If you trade CFDs with GFT could I suggest you check your charts for the following problem.

When using a 1min chart of the AUS200 for the last two days, and i suspect everyday, the 1min bar which occurs at 11am lasts for 5min. The time when this occurs is 00:00 on the platform. The next bar which forms is at 00:05. From then on, each bar occurs at 1min intervals.


Could I ask GFT users to have a look at the 1min chart of the AUS200 cash, and see if they get the same problem? Your help would be greatly appreciated!!!

It might seem like a minor problem...but it is very frustrating!


----------



## Jack Payback (17 April 2009)

I've noticed this also.


----------



## aussijack (8 January 2010)

Jack Payback said:


> I've noticed this also.




Today GFT cancelled my executed order CBH traded at10.07am.I placed before it's trading halt(10.11am) and it was executed than after 20-30 latter I got a call from GFt say market was closed and no trade for CBH,so your CBH order will be cancelled.Can CFD provider cancel executed order?Anybody can help in this matter.


----------



## skc (8 January 2010)

aussijack said:


> Today GFT cancelled my executed order CBH traded at10.07am.I placed before it's trading halt(10.11am) and it was executed than after 20-30 latter I got a call from GFt say market was closed and no trade for CBH,so your CBH order will be cancelled.Can CFD provider cancel executed order?Anybody can help in this matter.




There is no trade in CBH today it was halted before market open.

If your order was executed it was an error and so they probably have the right to cancel the trade.


----------



## aussijack (8 January 2010)

skc said:


> There is no trade in CBH today it was halted before market open.
> 
> If your order was executed it was an error and so they probably have the right to cancel the trade.

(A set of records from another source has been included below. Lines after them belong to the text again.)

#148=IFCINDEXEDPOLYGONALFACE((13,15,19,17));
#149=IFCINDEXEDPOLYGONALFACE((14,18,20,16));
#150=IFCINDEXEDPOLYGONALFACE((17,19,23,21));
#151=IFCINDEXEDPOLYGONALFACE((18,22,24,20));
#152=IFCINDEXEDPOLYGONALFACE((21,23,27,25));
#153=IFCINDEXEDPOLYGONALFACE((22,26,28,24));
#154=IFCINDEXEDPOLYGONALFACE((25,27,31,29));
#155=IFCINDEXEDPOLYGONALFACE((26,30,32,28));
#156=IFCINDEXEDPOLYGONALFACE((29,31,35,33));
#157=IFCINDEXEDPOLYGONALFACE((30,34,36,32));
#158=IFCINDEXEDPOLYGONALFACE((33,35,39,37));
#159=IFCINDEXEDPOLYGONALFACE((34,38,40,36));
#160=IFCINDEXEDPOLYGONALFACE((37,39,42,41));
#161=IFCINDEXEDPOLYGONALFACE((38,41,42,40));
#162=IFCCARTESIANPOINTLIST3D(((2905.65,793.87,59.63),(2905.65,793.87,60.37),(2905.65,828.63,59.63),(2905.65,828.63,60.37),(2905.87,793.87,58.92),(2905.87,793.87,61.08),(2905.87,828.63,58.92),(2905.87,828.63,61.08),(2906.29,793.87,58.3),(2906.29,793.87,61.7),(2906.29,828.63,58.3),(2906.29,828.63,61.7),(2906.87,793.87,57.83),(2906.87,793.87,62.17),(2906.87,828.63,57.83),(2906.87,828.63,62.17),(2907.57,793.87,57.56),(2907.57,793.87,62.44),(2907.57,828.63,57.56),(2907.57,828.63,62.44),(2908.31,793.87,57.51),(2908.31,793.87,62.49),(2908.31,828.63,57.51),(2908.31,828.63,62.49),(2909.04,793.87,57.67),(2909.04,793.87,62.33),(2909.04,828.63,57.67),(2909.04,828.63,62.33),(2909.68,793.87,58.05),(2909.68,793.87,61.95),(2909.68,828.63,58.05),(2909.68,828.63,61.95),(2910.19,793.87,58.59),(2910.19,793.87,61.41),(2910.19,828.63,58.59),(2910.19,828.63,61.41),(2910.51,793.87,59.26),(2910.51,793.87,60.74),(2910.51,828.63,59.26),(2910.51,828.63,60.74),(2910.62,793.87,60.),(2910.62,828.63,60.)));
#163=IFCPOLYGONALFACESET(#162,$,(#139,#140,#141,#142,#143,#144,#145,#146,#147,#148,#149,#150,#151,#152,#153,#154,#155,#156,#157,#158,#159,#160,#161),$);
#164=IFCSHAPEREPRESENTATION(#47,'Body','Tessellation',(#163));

Why that sort of error will occur with such big company.probably they should mark it as trading halt, is'nt it?Could you pls tell me in what capacity they have right to cancel an executed order.


----------



## skc (8 January 2010)

aussijack said:


> Why that sort of error will occur with such big company.probably they should mark it as trading halt, is'nt it?Could you pls tell me in what capacity they have right to cancel an executed order.

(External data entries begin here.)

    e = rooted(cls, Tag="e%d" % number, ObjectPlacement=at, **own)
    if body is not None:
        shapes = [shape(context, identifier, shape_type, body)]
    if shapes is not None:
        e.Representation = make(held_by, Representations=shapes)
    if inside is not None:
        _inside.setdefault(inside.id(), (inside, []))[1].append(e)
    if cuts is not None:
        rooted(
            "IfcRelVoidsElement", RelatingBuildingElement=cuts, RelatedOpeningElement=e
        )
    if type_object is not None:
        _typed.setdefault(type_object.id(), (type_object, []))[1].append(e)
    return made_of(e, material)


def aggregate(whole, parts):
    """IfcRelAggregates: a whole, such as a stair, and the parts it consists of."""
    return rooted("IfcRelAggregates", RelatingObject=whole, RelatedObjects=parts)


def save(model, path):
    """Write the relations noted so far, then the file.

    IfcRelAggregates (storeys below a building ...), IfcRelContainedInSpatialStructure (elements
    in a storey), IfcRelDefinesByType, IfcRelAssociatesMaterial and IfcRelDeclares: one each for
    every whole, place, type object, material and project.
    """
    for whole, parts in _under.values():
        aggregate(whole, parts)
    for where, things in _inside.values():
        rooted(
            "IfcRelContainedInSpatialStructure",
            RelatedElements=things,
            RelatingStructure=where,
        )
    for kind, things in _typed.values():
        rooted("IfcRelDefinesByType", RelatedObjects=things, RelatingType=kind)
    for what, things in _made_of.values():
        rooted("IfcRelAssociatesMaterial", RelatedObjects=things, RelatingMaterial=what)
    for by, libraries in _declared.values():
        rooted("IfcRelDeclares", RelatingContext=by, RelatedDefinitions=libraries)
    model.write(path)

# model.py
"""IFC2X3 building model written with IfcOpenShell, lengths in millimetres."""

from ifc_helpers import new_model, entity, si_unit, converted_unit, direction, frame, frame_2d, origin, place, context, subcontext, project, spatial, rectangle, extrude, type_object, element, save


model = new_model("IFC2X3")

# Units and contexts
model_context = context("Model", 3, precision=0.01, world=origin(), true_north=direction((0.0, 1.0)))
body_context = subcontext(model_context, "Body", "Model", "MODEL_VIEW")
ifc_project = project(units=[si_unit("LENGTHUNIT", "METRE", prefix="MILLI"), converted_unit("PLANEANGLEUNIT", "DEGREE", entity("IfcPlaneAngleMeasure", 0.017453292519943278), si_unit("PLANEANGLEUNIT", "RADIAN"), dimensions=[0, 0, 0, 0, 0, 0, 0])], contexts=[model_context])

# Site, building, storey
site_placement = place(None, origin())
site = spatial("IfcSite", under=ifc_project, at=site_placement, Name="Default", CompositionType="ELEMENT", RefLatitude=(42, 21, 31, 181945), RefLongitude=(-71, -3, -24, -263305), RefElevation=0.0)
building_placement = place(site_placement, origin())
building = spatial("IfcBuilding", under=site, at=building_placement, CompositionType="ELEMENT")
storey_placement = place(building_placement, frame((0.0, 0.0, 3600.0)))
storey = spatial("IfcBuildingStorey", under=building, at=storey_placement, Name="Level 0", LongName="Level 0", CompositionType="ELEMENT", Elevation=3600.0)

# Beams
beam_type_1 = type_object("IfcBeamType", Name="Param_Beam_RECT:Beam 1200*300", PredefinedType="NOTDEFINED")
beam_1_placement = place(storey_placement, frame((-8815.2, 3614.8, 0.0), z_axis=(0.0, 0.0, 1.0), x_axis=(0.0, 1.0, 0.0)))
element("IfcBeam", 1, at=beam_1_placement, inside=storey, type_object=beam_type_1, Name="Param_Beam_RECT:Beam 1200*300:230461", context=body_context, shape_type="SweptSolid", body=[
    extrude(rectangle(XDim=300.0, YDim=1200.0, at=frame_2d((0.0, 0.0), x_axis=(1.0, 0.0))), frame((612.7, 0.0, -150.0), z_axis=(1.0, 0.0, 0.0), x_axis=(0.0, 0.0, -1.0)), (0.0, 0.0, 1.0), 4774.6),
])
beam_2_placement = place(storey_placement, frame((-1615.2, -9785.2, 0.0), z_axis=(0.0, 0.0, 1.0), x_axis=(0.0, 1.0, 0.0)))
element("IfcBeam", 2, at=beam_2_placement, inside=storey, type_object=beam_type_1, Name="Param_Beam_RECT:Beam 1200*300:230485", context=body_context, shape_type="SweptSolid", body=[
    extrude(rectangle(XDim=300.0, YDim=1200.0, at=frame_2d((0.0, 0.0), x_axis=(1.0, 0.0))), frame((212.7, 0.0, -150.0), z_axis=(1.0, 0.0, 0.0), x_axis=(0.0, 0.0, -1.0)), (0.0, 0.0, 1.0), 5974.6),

In the capacity that they are your counterparty and you signed some sort of agreement giving them the right to cancel trades at their discretion? I don't have an account with them but most CFD providers would have things like that covered.

If the same thing happens to another share and the announcement was an insto placement, you'd probably wish they would cancel their trade...


----------